IoT Data Management: Strategies and Solutions
Fortunately, IoT Data Management strategies exist from past technologies and methods. Christy Pettey from Gartner quotes Ted Friedman as saying, “Many of the same Data Management infrastructure tools and technologies applied to more-traditional use cases can be leveraged in some fashion to support IoT.” For example, consider:
- Edge Computing: In edge computing, data is processed near the data source or at the edge of the network, while in a typical cloud environment, data processing happens in a centralized data storage location. By processing and using some data locally, IoT saves storage space for data, processes information faster, and meets security challenges.
Should a refrigerator need to lower the temperature to an owner’s requirements, this can be done on the home network or even just by the device itself. Information about a thermostat malfunction or a needed fix may be stored locally and pushed out to the manufacturer or vendor’s cloud environment for further analysis. When developers have a patch to the issue, it can be packaged and sent through the cloud and opened locally by the device, which would handle most of the code updates and intensive processing, perhaps through a microservice.
In the meantime, since only the needed amount of data travels outside of the home to the vendor or manufacturer, unauthorized personal information is less likely to be shared.
- Data Governance: Data Governance mitigates security risks by defining access to information. Data Governance describes the authority and control over managing data assets.
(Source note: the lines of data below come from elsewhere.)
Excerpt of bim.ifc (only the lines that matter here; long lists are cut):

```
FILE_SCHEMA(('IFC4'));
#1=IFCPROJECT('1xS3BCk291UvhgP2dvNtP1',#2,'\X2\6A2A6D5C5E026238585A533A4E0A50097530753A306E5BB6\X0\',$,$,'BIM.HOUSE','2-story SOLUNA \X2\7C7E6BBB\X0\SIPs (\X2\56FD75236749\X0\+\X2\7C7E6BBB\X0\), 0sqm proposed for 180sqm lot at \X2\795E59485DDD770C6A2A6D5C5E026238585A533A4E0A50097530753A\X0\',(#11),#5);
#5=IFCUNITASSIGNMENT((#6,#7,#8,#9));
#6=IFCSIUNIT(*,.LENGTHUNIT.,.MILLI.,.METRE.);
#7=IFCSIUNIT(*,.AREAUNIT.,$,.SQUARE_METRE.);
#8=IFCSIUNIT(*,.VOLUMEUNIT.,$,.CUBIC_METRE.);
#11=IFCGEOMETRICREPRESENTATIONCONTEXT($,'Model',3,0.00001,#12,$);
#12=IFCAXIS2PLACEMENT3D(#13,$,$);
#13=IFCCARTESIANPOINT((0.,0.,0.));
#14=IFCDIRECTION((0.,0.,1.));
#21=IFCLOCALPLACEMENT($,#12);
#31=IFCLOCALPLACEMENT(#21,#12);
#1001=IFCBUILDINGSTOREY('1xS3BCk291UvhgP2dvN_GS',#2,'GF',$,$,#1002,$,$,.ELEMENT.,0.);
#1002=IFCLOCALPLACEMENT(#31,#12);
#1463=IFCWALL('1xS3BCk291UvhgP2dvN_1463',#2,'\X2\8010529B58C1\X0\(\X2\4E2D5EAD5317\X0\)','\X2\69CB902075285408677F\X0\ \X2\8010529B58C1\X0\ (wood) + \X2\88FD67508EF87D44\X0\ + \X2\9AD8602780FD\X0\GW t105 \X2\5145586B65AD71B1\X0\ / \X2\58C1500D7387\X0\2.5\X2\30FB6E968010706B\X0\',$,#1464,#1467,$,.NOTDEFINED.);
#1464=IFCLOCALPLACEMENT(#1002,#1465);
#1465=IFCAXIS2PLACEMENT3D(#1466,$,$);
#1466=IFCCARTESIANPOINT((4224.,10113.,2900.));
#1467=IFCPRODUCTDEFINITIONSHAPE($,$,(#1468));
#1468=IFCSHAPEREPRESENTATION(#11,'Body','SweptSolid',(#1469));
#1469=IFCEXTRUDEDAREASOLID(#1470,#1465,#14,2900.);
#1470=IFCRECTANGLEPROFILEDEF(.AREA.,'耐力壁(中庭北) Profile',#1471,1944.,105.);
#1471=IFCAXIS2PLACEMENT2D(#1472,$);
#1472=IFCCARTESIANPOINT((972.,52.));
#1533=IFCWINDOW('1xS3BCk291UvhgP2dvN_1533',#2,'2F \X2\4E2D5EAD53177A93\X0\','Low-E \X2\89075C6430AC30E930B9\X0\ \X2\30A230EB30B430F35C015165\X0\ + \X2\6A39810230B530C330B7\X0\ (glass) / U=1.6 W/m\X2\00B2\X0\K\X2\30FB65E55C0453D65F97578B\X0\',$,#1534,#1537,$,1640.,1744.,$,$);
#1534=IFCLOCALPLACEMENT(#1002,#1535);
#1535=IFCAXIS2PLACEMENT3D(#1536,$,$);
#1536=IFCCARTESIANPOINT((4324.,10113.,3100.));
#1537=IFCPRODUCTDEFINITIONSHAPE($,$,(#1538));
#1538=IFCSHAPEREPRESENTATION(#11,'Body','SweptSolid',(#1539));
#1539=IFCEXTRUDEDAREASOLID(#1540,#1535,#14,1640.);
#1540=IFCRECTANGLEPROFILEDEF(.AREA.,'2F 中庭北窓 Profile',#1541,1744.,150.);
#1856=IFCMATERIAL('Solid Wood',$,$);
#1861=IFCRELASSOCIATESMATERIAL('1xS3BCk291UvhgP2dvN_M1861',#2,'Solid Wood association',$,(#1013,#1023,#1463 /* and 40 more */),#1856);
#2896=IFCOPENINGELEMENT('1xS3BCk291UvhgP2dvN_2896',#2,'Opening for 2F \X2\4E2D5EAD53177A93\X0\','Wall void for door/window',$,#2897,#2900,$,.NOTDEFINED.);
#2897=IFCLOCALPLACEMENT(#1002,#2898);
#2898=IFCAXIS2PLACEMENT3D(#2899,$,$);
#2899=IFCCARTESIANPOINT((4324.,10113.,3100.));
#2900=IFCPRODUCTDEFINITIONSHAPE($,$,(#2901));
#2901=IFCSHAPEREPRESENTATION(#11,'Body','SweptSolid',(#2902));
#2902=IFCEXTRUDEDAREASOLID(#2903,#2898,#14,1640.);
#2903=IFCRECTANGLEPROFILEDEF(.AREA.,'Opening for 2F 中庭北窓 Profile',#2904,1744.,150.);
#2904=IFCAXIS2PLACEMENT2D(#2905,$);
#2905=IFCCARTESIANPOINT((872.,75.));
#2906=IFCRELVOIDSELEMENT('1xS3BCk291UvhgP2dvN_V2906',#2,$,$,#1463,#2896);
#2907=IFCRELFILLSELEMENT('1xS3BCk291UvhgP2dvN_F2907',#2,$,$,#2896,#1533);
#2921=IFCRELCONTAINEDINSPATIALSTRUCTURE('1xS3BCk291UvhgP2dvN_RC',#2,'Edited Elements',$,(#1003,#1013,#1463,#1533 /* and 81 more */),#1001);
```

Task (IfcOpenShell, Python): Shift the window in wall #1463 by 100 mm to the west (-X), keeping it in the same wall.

```python
import ifcopenshell
import ifcopenshell.api.geometry
import ifcopenshell.util.placement

model = ifcopenshell.open("bim.ifc")

window = model.by_id(1533)
opening = window.FillsVoids[0].RelatingOpeningElement
wall = opening.VoidsElements[0].RelatingBuildingElement

wall_matrix = ifcopenshell.util.placement.get_local_placement(wall.ObjectPlacement)
shift = wall_matrix[:3, 0] * -100.0
before = ifcopenshell.util.placement.get_local_placement(window.ObjectPlacement)[:3, 3].copy()

# The window is not placed relative to its opening, so move both.
for product in (opening, window):
    matrix = ifcopenshell.util.placement.get_local_placement(product.ObjectPlacement)
    matrix[:3, 3] += shift
    ifcopenshell.api.geometry.edit_object_placement(model, product=product, matrix=matrix, is_si=False)

after = ifcopenshell.util.placement.get_local_placement(window.ObjectPlacement)[:3, 3]
print("window moved by", (after - before).round(3) + 0.0)

model.write("bim_edited.ifc")
```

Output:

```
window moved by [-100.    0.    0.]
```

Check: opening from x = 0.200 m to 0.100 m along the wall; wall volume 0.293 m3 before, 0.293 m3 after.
Previously, Data Governance described an IT centric service. In the IoT world, Data Governance becomes more essential to every user.
A typical house hold does not have an IT department, so Data Governance becomes the responsibility of the typical consumer. Consumer education on how to effectively govern individual data will become paramount.
Anyone and anything needing to make decisions about setting or using a device needs high quality information that can be used. This additional Data Governance imperative is key to Data Governance 2.0. With IoT, Data Governance will need to become a common household term.
- Metadata Management: For IoT data to be useful, metadata plays an essential role. Metadata describes “data in context,” said Donna Burbank. Good metadata cues a device on what information to use at what point and how to use it.
Metadata also provides a core for automated systems to do deep learning. In the case of automated vehicles, metadata provides trip context, making driving safer, which may contribute toward saving a pedestrian’s life. Thor Olavsrud at CIO paraphrases Emily Williams as saying that “extracting meaningful insights and increasing operational efficacy will require flexible, integrated tools that allow users to quickly ingest, prepare, analyze and govern data.” Metadata Management will be essential in this.
Gartner predicts that the Metadata Management solution will grow as enterprises continuously manage the data generated by sensor types, functions, locations, manufacturers, and serial numbers.
IOT Data Management in the Future
While edge computing, Data Governance, and Metadata Management will help firms deal with scalability and agility, security, and usability, this provides only a start.
Ted Friedman, Vice President and Distinguished Analyst at Gartner, explains that one-third of IoT solutions will be abandoned before deployment due to lack of Data Management and analytics capabilities adapted for IoT. He notes that organizations need to modernize in several key areas, including adopting new Data Management technologies and platforms, in addition to creating new Data Governance policies. For IoT to thrive, Data Management must include more modern infrastructures and the technologies to support them.